Information
- League: Independent (1910–1912)
- Location: Kansas City, Missouri
- Ballpark: Shelley Park (1910–1912)
- Established: 1910
- Disbanded: 1912

= Kansas City Royal Giants =

Professional Negro leagues baseball team

The Kansas City Royal Giants were an independent Negro leagues baseball team, based in Kansas City, Missouri, from 1910 to 1912, along with their Kansas rival, the Kansas City Giants. The Kansas City Royal Giants played home games at Shelley Park.

==History==
The Kansas Royal Giants were owned by Kansas City businessmen M.B. Garrett and George Washington Walden, with Jack Johnson hired to manage the ballclub. Fortune J. Weaver was also an owner of the KC Royal Giants and was president of the Afro–American Realty and Investment Company. Just before the start of the 1910 season, Johnson unsuccessfully attempted to start a Negro National League, writing articles that appeared in newspapers in Chicago and other major cities. Johnson wrote: "It certainly has been proven from the big leagues on down to the minors, that there is nothing in the world that beats organized baseball and harmony..."

In beginning play, the Royal Giants ran an advertisement for local teams to play against. The address of 1005 McGee Street, Kansas City, Missouri was listed as the team business address.
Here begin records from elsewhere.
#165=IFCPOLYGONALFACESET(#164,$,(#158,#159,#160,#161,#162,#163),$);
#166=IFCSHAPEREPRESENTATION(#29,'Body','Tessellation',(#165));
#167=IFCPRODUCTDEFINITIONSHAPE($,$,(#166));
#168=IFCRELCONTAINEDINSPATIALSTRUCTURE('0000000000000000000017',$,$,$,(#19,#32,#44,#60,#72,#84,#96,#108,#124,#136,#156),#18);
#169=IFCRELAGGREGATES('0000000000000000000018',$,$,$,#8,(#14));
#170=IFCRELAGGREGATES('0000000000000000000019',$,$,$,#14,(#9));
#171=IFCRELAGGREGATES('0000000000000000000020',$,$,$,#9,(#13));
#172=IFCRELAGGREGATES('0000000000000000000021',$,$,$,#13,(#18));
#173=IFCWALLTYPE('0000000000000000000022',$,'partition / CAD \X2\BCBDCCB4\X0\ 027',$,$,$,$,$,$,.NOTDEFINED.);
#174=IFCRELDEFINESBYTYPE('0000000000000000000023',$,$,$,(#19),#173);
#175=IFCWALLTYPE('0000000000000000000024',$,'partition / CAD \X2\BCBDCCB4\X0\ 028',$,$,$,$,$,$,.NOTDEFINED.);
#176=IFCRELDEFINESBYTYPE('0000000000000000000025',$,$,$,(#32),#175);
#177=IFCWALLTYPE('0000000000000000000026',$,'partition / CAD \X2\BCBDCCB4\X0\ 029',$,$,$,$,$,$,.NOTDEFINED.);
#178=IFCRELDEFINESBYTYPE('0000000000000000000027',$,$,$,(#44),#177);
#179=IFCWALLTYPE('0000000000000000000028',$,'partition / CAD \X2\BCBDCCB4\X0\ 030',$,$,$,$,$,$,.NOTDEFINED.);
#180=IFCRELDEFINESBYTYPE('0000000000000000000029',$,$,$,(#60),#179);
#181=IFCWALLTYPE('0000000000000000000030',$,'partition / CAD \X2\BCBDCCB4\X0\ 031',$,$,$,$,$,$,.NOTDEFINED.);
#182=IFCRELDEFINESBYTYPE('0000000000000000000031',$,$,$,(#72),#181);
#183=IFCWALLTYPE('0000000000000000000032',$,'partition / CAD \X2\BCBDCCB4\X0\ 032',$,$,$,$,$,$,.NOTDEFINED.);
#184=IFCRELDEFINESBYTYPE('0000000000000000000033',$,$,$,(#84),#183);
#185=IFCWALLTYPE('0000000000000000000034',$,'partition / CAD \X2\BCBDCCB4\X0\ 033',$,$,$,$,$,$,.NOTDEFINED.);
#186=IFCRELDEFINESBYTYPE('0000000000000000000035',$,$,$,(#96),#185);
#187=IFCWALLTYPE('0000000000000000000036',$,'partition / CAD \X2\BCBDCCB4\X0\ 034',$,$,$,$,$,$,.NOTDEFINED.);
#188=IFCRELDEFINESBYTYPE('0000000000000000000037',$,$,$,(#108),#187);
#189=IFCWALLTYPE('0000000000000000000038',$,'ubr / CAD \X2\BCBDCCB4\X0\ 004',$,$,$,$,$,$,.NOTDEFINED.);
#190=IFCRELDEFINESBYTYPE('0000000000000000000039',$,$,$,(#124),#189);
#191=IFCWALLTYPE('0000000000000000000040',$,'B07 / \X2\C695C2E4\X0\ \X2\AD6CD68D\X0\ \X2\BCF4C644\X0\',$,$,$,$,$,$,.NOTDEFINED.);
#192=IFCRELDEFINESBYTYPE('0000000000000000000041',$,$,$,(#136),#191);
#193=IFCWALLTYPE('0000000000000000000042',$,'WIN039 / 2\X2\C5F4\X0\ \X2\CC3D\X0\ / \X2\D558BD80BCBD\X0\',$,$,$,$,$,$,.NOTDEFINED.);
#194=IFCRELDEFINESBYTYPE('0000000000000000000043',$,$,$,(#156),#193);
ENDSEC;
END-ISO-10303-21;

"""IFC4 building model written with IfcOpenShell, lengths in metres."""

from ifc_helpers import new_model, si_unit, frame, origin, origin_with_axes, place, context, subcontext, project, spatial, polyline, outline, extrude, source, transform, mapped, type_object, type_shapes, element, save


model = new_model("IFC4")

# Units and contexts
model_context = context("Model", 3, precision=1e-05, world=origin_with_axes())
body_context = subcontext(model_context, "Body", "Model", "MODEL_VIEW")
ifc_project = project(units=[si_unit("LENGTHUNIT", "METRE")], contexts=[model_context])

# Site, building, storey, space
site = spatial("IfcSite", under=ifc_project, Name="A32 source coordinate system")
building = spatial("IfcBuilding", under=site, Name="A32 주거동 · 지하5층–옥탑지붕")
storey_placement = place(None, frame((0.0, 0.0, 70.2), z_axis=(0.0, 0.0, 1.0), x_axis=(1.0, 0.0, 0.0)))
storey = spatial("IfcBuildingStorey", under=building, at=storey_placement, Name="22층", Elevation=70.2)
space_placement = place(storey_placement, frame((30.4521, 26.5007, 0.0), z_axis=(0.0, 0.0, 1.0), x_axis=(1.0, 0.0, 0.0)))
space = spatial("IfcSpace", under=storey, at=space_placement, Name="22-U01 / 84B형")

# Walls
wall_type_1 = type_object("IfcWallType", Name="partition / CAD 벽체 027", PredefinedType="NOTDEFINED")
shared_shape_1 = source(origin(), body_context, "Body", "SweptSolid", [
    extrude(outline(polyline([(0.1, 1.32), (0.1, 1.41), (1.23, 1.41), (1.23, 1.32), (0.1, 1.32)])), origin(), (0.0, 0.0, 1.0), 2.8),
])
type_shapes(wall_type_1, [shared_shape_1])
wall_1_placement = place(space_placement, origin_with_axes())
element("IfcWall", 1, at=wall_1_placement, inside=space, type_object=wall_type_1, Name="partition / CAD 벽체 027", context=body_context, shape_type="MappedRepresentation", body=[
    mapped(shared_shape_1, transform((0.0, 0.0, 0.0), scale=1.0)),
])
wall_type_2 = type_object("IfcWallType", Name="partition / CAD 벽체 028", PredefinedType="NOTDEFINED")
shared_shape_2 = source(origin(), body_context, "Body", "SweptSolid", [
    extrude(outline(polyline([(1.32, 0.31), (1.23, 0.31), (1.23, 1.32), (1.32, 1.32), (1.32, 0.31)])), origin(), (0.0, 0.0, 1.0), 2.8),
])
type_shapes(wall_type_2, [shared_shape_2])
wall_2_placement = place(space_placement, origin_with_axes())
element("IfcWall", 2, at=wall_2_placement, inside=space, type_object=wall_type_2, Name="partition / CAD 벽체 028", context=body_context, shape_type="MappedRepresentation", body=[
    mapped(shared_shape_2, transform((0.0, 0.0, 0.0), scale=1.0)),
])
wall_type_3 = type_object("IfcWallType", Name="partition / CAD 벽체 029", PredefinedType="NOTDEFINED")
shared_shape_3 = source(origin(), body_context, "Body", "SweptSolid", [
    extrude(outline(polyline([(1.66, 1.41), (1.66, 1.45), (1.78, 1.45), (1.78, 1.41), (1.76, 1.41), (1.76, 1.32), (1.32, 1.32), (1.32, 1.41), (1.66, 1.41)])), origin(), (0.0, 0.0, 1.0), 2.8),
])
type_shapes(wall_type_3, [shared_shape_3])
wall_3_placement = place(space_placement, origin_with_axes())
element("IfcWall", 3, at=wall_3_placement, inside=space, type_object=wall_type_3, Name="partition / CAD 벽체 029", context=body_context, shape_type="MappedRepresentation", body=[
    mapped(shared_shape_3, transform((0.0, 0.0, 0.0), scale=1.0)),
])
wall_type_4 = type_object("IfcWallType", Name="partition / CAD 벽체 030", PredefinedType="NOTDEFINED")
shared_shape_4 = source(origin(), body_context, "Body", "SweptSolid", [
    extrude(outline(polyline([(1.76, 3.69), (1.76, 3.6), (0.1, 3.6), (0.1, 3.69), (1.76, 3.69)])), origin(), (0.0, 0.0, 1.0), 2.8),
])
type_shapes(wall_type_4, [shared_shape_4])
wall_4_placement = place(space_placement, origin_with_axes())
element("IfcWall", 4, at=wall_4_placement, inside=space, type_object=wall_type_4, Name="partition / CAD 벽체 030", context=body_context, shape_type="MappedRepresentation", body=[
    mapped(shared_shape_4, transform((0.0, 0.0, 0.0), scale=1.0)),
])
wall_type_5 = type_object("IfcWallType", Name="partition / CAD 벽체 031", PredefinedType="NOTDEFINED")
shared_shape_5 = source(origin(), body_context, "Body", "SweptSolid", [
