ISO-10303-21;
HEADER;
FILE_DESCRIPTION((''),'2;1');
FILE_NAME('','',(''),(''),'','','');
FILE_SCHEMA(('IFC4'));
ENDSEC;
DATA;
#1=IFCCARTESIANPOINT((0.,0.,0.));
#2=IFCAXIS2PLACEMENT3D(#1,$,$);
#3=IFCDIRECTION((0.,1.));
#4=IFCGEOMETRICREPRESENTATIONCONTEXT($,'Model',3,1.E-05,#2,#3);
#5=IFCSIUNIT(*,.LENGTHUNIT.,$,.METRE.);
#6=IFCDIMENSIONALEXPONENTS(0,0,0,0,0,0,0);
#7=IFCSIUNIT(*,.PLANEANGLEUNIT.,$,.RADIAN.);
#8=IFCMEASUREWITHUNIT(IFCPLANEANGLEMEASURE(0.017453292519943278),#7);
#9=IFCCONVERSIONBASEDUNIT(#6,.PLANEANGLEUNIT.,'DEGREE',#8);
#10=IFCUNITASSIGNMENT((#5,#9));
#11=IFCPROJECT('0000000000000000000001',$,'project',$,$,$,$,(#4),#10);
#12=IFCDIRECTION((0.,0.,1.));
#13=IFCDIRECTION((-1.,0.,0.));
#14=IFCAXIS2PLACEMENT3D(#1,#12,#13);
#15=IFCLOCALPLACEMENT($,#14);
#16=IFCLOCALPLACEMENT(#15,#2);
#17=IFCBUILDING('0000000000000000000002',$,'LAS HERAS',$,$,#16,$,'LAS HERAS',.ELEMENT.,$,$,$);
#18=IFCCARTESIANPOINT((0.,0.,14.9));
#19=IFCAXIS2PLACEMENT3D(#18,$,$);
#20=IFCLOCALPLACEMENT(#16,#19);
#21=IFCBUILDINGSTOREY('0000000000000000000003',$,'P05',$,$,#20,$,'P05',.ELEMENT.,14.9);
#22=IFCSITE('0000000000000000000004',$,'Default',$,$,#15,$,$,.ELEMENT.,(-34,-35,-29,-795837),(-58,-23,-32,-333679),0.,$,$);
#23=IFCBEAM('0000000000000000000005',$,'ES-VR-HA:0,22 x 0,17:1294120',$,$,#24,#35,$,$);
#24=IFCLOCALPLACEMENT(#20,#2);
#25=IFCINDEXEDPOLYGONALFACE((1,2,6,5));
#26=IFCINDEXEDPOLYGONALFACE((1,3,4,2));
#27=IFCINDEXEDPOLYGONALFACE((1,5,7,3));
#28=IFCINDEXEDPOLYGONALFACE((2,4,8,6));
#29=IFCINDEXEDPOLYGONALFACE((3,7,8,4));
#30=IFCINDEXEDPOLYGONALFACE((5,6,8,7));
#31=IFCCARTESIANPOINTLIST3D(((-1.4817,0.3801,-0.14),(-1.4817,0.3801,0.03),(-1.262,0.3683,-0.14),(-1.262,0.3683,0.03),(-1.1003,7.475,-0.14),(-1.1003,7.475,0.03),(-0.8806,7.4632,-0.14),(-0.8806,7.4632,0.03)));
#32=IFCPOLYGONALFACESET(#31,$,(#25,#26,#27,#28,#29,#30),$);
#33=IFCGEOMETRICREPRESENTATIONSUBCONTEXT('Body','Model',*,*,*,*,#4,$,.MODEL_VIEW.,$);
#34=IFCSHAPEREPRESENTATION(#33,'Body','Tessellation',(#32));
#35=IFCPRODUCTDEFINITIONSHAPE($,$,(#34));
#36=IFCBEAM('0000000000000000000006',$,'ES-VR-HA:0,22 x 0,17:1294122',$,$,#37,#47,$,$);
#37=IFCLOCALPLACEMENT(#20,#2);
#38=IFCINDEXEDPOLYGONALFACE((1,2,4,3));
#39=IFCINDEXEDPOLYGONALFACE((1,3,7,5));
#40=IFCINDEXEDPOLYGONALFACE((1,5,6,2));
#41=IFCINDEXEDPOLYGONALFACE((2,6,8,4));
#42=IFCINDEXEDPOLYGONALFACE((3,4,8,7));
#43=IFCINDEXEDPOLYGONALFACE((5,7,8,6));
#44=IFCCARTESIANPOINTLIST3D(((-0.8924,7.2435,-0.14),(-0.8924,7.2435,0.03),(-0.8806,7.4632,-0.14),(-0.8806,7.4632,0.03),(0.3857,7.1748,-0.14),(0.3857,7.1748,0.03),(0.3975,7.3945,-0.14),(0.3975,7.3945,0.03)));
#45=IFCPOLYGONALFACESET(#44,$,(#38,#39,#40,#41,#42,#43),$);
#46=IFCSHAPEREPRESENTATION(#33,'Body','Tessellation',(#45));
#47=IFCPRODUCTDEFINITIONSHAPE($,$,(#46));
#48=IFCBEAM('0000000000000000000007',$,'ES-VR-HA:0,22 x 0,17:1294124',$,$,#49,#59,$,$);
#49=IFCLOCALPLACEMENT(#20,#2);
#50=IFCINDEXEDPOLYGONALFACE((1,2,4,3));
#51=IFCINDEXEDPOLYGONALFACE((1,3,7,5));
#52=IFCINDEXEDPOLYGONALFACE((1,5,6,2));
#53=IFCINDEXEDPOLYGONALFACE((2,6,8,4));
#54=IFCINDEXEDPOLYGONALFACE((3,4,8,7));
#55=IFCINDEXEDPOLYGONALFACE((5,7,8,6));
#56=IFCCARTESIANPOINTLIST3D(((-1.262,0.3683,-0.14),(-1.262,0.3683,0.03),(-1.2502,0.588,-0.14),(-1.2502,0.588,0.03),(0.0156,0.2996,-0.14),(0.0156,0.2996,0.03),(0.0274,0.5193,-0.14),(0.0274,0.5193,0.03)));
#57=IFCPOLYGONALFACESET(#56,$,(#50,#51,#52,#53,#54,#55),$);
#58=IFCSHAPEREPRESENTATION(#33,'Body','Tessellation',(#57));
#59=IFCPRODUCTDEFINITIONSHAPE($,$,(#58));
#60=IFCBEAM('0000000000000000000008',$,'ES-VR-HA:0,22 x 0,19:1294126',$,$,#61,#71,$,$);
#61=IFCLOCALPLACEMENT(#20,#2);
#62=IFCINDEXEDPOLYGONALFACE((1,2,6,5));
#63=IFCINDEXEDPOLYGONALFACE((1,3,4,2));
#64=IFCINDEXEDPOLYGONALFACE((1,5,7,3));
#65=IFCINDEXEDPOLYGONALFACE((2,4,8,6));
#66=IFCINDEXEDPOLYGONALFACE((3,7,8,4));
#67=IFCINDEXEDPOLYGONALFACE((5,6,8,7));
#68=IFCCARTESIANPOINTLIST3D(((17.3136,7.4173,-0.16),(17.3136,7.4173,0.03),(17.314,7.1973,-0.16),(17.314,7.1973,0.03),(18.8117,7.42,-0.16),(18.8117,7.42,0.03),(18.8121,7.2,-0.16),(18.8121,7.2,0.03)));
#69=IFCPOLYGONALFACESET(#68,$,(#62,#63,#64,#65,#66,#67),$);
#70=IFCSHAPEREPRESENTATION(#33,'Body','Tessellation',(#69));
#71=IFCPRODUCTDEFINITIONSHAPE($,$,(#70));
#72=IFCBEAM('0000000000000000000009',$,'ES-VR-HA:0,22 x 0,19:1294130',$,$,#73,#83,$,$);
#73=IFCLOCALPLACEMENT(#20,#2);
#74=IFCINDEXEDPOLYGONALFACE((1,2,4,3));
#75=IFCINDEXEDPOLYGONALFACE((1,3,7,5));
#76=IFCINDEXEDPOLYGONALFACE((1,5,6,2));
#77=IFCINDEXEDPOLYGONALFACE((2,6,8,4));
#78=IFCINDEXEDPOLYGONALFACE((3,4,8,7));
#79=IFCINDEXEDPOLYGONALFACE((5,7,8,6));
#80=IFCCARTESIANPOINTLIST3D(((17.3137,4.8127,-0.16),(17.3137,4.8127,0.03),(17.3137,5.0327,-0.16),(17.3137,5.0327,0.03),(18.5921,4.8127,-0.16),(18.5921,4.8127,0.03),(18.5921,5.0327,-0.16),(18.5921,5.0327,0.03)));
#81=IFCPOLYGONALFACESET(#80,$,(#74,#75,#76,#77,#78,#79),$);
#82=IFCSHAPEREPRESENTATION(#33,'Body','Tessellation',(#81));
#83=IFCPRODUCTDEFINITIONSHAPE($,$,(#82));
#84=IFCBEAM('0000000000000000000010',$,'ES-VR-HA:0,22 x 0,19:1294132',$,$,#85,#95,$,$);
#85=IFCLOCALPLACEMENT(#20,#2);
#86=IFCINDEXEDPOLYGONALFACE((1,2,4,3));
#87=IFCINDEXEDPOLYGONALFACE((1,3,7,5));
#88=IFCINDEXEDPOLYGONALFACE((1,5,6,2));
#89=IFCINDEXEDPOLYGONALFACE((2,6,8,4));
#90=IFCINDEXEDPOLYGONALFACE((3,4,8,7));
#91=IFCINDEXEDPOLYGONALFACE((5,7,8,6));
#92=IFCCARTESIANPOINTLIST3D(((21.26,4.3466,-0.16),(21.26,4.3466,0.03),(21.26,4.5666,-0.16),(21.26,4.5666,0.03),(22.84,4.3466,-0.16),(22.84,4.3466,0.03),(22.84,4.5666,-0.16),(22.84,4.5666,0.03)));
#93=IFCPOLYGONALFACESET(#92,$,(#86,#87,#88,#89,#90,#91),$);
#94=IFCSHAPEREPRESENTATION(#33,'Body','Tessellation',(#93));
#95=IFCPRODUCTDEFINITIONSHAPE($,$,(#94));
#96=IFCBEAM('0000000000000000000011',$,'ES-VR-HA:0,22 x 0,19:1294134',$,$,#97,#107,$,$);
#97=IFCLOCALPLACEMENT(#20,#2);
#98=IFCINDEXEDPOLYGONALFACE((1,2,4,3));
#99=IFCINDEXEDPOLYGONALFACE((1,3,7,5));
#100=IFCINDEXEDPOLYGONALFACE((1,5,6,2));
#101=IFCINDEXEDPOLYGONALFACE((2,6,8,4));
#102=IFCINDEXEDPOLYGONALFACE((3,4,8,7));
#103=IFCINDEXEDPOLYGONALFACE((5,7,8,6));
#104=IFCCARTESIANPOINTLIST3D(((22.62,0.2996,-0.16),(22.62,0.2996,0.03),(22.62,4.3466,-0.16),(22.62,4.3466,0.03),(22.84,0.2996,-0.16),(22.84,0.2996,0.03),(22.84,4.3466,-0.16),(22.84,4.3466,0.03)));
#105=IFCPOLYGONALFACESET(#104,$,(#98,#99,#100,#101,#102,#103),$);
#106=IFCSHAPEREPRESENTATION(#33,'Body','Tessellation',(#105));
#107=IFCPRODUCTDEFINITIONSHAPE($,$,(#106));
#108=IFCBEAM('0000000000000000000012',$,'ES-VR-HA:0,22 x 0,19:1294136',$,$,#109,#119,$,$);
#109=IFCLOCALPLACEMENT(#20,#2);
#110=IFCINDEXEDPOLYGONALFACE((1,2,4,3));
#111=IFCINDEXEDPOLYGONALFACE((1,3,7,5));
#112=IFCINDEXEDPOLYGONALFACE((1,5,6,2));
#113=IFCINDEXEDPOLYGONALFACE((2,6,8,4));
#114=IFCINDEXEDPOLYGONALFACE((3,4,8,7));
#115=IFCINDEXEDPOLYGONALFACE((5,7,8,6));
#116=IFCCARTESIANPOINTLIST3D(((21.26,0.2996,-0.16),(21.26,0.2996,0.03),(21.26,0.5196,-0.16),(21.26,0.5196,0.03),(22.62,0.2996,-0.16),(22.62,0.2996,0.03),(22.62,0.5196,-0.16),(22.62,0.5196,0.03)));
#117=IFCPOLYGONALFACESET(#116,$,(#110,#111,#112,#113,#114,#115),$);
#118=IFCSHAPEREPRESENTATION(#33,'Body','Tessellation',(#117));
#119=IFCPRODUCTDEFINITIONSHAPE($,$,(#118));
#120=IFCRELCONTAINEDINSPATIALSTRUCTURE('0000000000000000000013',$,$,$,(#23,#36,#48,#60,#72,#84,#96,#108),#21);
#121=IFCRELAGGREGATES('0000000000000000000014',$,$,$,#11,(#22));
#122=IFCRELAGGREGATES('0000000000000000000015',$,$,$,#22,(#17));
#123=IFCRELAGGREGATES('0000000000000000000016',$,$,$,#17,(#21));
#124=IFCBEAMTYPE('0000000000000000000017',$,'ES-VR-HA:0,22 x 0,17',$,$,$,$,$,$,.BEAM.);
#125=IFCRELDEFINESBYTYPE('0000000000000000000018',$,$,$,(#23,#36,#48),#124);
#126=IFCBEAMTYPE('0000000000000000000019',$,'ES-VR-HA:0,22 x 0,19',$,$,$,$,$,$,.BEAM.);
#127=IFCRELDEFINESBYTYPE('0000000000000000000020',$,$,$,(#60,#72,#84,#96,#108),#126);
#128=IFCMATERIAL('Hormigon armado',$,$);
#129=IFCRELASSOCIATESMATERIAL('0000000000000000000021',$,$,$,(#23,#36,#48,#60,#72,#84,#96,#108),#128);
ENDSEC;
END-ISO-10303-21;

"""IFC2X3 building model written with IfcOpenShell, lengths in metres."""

from ifc_helpers import new_model, entity, si_unit, converted_unit, direction, frame, frame_2d, origin, place, context, subcontext, project, spatial, rectangle, extrude, material, type_object, element, save


model = new_model("IFC2X3")

# Units and contexts
model_context = context("Model", 3, precision=1e-05, world=origin(), true_north=direction((0.0, 1.0)))
body_context = subcontext(model_context, "Body", "Model", "MODEL_VIEW")
ifc_project = project(units=[si_unit("LENGTHUNIT", "METRE"), converted_unit("PLANEANGLEUNIT", "DEGREE", entity("IfcPlaneAngleMeasure", 0.017453292519943278), si_unit("PLANEANGLEUNIT", "RADIAN"), dimensions=[0, 0, 0, 0, 0, 0, 0])], contexts=[model_context])

# Site, building, storey
site_placement = place(None, frame((0.0, 0.0, 0.0), z_axis=(0.0, 0.0, 1.0), x_axis=(-1.0, 0.0, 0.0)))
site = spatial("IfcSite", under=ifc_project, at=site_placement, Name="Default", CompositionType="ELEMENT", RefLatitude=(-34, -35, -29, -795837), RefLongitude=(-58, -23, -32, -333679), RefElevation=0.0)
building_placement = place(site_placement, origin())
building = spatial("IfcBuilding", under=site, at=building_placement, Name="LAS HERAS", LongName="LAS HERAS", CompositionType="ELEMENT")
storey_placement = place(building_placement, frame((0.0, 0.0, 14.9)))
storey = spatial("IfcBuildingStorey", under=building, at=storey_placement, Name="P05", LongName="P05", CompositionType="ELEMENT", Elevation=14.9)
The Kansas City Royal Giants began play in 1910, hosting home games at Shelley Park. In July, the Royal Giants won two against the Kansas City Giants in front of 6,00 fans at Shelley Park. Playing at Riverside Park, the Giants defeated the Royal Giants 5–2 and in September the Royal Giants lost three more games to the Kansas City Giants. The Giants were reported to have defeated the Royal Giants by scores of 8–3 and 6–0 in a doubleheader in October, 1910 at Riverside Park. "Norman" and "Sunny Jim" were the noted pitchers for the Royal Giants. The final game between the two teams in 1910 was played at Association Park, a 5–2 Giants victory, with the Giants winning $200 and half of the gate receipts. The Royal Giants' record among documented was reported to have been 4–2, while playing under manager Topeka Jack Johnson. The Kansas City Royal Giants were reported to have compiled a 5–9 record against their new rival, the Kansas City Giants.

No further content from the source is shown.